### ASSIGNED TASK
Lines with "IFCPRODUCTDEFINITIONSHAPE": state how many there are in the records below, and nothing else.

*** EXERCISE MATERIAL ***

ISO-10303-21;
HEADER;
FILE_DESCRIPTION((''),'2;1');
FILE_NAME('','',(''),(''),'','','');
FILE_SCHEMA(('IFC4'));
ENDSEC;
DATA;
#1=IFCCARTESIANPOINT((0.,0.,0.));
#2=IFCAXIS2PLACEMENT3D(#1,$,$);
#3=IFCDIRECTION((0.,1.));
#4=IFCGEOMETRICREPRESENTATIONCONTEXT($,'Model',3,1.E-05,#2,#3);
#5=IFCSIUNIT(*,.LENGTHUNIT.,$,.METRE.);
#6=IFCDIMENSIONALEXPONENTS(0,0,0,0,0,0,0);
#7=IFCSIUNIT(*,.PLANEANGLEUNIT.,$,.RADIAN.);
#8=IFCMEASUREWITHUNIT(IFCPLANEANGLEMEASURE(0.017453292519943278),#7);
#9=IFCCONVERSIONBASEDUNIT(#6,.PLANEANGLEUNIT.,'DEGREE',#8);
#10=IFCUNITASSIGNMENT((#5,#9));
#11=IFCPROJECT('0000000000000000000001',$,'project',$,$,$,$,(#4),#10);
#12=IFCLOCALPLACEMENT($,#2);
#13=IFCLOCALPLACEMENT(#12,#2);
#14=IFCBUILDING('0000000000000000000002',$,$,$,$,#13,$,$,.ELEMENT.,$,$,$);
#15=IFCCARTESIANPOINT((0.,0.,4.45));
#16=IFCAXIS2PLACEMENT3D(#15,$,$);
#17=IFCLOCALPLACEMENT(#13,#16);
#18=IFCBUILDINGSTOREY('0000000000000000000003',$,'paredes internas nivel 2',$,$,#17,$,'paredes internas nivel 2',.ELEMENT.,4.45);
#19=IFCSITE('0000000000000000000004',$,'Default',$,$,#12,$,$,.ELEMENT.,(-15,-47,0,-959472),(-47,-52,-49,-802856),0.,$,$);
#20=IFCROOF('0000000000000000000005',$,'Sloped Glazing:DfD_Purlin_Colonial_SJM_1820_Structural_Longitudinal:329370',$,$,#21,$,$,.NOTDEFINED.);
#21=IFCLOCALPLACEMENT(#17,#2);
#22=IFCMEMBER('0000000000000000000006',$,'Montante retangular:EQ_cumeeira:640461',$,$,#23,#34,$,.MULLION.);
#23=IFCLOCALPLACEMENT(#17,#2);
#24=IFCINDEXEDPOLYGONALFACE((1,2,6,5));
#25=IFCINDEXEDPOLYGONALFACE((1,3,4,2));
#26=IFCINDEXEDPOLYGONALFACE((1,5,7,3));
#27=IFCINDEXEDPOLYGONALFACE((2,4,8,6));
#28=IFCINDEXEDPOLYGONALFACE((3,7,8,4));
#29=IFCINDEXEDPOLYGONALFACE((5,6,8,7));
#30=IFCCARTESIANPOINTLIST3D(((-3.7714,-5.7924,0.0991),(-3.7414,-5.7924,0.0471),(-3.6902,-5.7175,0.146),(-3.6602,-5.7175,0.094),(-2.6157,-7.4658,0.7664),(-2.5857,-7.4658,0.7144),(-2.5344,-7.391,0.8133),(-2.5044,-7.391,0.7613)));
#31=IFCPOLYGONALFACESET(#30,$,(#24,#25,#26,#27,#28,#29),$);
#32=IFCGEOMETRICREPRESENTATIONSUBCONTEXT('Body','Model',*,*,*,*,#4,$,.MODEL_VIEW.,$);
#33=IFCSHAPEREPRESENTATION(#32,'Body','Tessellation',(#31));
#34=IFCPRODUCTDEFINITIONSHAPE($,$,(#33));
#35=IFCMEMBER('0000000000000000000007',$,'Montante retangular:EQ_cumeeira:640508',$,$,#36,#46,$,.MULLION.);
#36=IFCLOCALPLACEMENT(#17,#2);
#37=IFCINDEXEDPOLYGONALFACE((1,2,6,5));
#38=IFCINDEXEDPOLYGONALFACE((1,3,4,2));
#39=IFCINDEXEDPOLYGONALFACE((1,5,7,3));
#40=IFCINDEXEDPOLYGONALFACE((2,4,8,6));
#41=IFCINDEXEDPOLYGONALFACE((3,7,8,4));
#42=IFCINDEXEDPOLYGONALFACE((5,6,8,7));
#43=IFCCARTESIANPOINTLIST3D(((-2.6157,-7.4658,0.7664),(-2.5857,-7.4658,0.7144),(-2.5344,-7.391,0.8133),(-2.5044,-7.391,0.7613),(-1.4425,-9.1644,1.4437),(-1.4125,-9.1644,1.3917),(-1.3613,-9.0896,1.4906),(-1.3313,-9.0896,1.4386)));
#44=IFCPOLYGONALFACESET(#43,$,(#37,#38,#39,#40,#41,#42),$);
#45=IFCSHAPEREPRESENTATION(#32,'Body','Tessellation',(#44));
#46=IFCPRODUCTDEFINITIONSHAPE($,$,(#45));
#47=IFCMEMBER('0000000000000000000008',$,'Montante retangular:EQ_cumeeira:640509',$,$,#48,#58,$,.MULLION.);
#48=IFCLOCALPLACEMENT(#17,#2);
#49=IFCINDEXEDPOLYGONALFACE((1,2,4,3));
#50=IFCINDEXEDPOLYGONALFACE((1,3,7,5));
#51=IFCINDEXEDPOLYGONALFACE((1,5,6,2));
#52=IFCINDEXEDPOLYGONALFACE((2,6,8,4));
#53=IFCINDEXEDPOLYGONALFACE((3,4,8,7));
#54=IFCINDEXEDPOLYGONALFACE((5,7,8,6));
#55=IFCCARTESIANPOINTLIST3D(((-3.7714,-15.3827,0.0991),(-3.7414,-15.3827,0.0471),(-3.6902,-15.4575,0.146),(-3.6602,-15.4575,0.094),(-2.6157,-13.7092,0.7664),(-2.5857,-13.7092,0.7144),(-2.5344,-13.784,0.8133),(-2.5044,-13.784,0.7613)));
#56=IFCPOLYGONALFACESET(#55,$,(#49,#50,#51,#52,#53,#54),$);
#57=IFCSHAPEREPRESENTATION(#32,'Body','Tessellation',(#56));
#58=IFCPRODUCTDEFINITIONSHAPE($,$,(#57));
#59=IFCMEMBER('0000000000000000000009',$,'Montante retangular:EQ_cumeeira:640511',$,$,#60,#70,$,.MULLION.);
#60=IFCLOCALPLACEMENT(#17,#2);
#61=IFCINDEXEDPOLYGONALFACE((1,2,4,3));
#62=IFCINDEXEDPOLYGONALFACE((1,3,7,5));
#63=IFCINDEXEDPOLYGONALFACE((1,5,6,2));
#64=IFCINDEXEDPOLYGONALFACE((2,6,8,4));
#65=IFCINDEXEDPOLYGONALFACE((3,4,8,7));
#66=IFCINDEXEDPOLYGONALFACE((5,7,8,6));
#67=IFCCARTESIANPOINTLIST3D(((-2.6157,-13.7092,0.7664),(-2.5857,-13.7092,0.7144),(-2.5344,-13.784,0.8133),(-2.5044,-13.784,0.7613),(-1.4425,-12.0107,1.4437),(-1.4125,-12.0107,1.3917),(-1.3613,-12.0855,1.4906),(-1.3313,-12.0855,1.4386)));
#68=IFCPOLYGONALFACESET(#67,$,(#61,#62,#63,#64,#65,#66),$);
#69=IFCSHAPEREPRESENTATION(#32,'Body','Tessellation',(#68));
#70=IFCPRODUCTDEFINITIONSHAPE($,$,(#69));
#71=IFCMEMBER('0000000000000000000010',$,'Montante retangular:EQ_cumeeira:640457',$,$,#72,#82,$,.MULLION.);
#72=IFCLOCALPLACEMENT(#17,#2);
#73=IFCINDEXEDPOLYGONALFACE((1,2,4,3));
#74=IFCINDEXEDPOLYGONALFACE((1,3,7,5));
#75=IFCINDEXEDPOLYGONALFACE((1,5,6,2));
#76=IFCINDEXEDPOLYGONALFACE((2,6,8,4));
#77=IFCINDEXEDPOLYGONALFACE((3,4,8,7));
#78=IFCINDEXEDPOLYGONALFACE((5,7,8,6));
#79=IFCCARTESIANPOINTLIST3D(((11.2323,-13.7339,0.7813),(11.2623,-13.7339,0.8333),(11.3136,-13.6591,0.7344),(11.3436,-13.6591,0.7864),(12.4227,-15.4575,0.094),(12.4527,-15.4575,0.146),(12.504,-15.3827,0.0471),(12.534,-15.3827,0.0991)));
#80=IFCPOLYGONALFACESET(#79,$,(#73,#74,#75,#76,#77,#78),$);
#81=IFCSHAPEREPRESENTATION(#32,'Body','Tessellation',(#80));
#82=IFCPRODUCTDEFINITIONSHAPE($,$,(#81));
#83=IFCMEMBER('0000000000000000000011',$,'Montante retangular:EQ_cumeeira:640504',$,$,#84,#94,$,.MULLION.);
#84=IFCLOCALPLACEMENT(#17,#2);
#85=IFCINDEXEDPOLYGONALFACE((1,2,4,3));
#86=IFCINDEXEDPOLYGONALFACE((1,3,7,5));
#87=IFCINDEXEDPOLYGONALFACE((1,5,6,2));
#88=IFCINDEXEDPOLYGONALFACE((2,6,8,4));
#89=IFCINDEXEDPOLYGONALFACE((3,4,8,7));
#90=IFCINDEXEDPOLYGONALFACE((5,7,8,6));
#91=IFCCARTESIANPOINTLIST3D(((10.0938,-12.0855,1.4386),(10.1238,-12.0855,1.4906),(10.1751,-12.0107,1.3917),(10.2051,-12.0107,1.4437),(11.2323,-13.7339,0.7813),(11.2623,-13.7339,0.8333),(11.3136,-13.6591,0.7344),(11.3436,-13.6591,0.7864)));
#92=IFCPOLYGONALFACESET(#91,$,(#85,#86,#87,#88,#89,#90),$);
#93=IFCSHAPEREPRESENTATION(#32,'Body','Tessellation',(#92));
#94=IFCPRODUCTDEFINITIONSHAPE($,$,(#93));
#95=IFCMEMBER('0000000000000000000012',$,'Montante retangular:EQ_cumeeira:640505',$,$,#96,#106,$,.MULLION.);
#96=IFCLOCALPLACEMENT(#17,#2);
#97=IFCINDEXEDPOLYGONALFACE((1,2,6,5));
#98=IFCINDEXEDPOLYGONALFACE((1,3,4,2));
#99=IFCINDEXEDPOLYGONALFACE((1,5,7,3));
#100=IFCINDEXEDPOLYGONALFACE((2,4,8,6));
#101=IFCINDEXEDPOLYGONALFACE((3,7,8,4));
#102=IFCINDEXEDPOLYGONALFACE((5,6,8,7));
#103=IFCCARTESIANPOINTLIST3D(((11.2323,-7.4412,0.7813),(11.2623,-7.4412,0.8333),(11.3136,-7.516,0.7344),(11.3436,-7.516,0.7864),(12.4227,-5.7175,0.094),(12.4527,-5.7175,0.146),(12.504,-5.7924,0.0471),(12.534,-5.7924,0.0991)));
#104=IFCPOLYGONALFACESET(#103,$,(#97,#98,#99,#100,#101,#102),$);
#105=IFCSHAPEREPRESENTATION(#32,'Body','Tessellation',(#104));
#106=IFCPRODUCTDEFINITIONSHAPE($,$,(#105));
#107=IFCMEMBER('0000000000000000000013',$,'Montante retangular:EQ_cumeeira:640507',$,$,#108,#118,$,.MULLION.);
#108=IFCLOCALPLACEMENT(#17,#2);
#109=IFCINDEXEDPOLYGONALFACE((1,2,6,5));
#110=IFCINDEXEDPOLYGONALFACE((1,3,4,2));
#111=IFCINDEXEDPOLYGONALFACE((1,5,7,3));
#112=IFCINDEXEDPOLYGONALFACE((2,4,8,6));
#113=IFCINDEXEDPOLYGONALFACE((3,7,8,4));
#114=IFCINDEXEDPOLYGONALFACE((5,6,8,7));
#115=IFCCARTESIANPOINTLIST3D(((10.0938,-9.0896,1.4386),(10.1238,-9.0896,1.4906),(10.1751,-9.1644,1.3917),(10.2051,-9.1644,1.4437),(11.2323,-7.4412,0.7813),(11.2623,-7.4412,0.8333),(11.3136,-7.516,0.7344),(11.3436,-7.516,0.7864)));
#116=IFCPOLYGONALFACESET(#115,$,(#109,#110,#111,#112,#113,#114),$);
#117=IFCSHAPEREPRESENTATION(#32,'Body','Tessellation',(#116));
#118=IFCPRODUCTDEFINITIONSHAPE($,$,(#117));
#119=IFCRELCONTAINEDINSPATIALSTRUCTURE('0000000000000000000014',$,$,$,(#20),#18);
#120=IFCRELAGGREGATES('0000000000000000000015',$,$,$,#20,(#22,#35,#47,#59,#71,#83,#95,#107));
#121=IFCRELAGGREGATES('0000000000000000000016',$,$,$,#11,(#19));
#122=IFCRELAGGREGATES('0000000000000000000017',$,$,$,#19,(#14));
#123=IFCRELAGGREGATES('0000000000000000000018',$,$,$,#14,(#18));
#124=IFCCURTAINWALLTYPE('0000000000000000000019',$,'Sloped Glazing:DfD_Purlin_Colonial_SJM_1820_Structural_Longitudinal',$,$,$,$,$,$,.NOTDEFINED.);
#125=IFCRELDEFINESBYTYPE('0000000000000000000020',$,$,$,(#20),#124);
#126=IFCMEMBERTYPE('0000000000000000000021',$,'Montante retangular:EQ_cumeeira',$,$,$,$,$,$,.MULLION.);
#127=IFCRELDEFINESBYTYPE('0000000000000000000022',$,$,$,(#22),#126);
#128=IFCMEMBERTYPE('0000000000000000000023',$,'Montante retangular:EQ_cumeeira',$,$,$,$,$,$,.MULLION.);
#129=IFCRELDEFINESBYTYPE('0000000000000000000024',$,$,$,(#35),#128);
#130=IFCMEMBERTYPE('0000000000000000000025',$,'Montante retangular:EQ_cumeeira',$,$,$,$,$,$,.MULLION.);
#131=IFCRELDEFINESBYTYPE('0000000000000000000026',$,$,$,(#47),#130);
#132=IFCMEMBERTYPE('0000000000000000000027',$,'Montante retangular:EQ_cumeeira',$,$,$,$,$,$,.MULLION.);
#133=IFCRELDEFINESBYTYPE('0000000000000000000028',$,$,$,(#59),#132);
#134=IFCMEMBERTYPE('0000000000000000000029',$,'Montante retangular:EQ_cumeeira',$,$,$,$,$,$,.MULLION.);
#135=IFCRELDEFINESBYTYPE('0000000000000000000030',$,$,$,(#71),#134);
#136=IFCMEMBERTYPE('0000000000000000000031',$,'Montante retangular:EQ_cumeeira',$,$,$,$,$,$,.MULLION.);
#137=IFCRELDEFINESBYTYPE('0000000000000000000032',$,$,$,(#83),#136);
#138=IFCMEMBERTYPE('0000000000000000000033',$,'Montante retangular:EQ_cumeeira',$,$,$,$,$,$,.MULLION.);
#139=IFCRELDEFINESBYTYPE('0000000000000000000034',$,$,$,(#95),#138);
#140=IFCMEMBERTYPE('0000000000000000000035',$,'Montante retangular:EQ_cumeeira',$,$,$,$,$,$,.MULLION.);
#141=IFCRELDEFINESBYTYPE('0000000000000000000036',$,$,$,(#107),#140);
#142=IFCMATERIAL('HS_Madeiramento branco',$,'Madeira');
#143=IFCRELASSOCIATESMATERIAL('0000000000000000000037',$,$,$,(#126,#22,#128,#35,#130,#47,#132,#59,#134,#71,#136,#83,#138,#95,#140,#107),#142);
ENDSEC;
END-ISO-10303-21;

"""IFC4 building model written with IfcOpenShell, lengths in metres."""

from ifc_helpers import new_model, entity, si_unit, converted_unit, direction, frame, origin, place, context, subcontext, project, spatial, indexed_curve, outline, extrude, source, transform, mapped, material, type_object, type_shapes, element, aggregate, save


model = new_model("IFC4")

# Units and contexts
model_context = context("Model", 3, precision=1e-05, world=origin(), true_north=direction((0.0, 1.0)))
body_context = subcontext(model_context, "Body", "Model", "MODEL_VIEW")
ifc_project = project(units=[si_unit("LENGTHUNIT", "METRE"), converted_unit("PLANEANGLEUNIT", "DEGREE", entity("IfcPlaneAngleMeasure", 0.017453292519943278), si_unit("PLANEANGLEUNIT", "RADIAN"), dimensions=[0, 0, 0, 0, 0, 0, 0])], contexts=[model_context])

# Site, building, storey
site_placement = place(None, origin())
site = spatial("IfcSite", under=ifc_project, at=site_placement, Name="Default", CompositionType="ELEMENT", RefLatitude=(-15, -47, 0, -959472), RefLongitude=(-47, -52, -49, -802856), RefElevation=0.0)
building_placement = place(site_placement, origin())
building = spatial("IfcBuilding", under=site, at=building_placement, CompositionType="ELEMENT")
storey_placement = place(building_placement, frame((0.0, 0.0, 4.45)))
storey = spatial("IfcBuildingStorey", under=building, at=storey_placement, Name="paredes internas nivel 2", LongName="paredes internas nivel 2", CompositionType="ELEMENT", Elevation=4.45)

# Roof, members
curtain_wall_type = type_object("IfcCurtainWallType", Name="Sloped Glazing:DfD_Purlin_Colonial_SJM_1820_Structural_Longitudinal", PredefinedType="NOTDEFINED")
roof_placement = place(storey_placement, frame((0.0, 0.0, -4.45)))
roof = element("IfcRoof", 1, at=roof_placement, inside=storey, type_object=curtain_wall_type, Name="Sloped Glazing:DfD_Purlin_Colonial_SJM_1820_Structural_Longitudinal:329370", PredefinedType="NOTDEFINED")
ifc_material = material(Name="HS_Madeiramento branco", Category="Madeira")
member_type_1 = type_object("IfcMemberType", Name="Montante retangular:EQ_cumeeira", PredefinedType="MULLION", material=ifc_material)
shared_shape_1 = source(origin(), body_context, "Body", "SweptSolid", [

*** End of EXERCISE MATERIAL ***

### RESULT BELOW
8